A deal for Related but with terms attachedBy
The MTA Board voted yesterday to approve yet another iteration of a contract with Related Companies for the rights to develop the Hudson Yards area. If all goes according to plan, this deal will eventually net $1 billion for the MTA, but as work continues apace along the 7 line extension, the money from Related is no sure thing. In fact, the contract contains terms and conditions that may eventually allow the real estate developer to back out entirely.
The details are complex. Related’s payments won’t kick in until the economy improves. You can wade through a lenghty PDF document if you want to explore the fine print, but The Observer’s Eliot Brown has it all in bullet-point form. While the contract will soon be signed, the deal won’t close until, says Brown:
- Midtown office space availability rates hit 11 percent, according to brokerage CB Richard Ellis. While the current rate is at 14.8 percent as of March, 11 percent is relatively achievable, as according to CBRE numbers, midtown averaged well below 11 percent between 2005 and 2007.

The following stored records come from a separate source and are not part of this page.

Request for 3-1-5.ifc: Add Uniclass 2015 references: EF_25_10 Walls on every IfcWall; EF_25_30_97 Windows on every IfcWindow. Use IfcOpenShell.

First a look at what the model holds.

```python
import ifcopenshell

model = ifcopenshell.open("3-1-5.ifc")
print(model.schema)
print("classifications:", [c.Name for c in model.by_type("IfcClassification")])
for ifc_class in ("IfcDoor", "IfcRoof", "IfcStair", "IfcWall", "IfcWindow"):
    print(ifc_class, len(model.by_type(ifc_class)))
```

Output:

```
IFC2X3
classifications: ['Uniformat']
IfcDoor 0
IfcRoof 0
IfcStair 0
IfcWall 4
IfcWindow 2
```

```python
import ifcopenshell
import ifcopenshell.api.classification

model = ifcopenshell.open("3-1-5.ifc")

# IFC2X3 requires Source and Edition and has no link from the project to the system.
system = model.create_entity("IfcClassification", Source="NBS", Edition="2015", Name="Uniclass 2015")

codes = {
    "IfcWall": ("EF_25_10", "Walls"),
    "IfcWindow": ("EF_25_30_97", "Windows"),
}
for ifc_class, (code, name) in codes.items():
    products = model.by_type(ifc_class)
    ifcopenshell.api.classification.add_reference(
        model, products=products, classification=system, identification=code, name=name
    )
    print(code, len(products))

model.write("3-1-5_edited.ifc")
```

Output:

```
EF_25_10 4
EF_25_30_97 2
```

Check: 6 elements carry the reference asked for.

- Manhattan co-op and condo sales price achieve an average $1,200 a square foot for a sustained period (it’s slightly more nuanced than this). The fourth quarter of 2009 saw an average price of $1,051, according to Miller Samuel. The rate has cracked $1,200 a foot in three separate quarters in the last cycle, hitting a peak $1,322 a foot in the second quarter of 2008.
- The architectural billings index must pass 50 for the commercial sector. It’s currently at a bit below 45, and was last over 50 in early 2008.
On the one hand, these conditions appear to be reasonable demands for a deal of this magnitude. After all, Related shouldn’t just fork over $1 billion if it doesn’t feel as though it can fill the office space. The developers appear to want tenant guarantees before closing as well, and that’s no sure thing considering the costs, location and amount of time it will take to construct the support platform over the rail yards and the buildings in the complex.
On the other hand, this deal jeopardizes the MTA’s position. Related could back out without payments or the company could opt to wait years before sending the MTA any money. Meanwhile, the work on the 7 line will continue, and it seems quite likely that the one stop at 34th St. and 11th Ave. will open years before the majority of the Hudson Yards development is even under construction. The stop at 41st and 10th Ave. then should become more of a priority because it will make this project more worthwhile in the short term.
It makes development sense to build out to areas underserved by transit that are ripe for growth. But it makes even more sense to spend dollars that aren’t unlimited on improving transit options in heavily-congested areas of the city. The wisdom of this project continues to remain tenuous at best.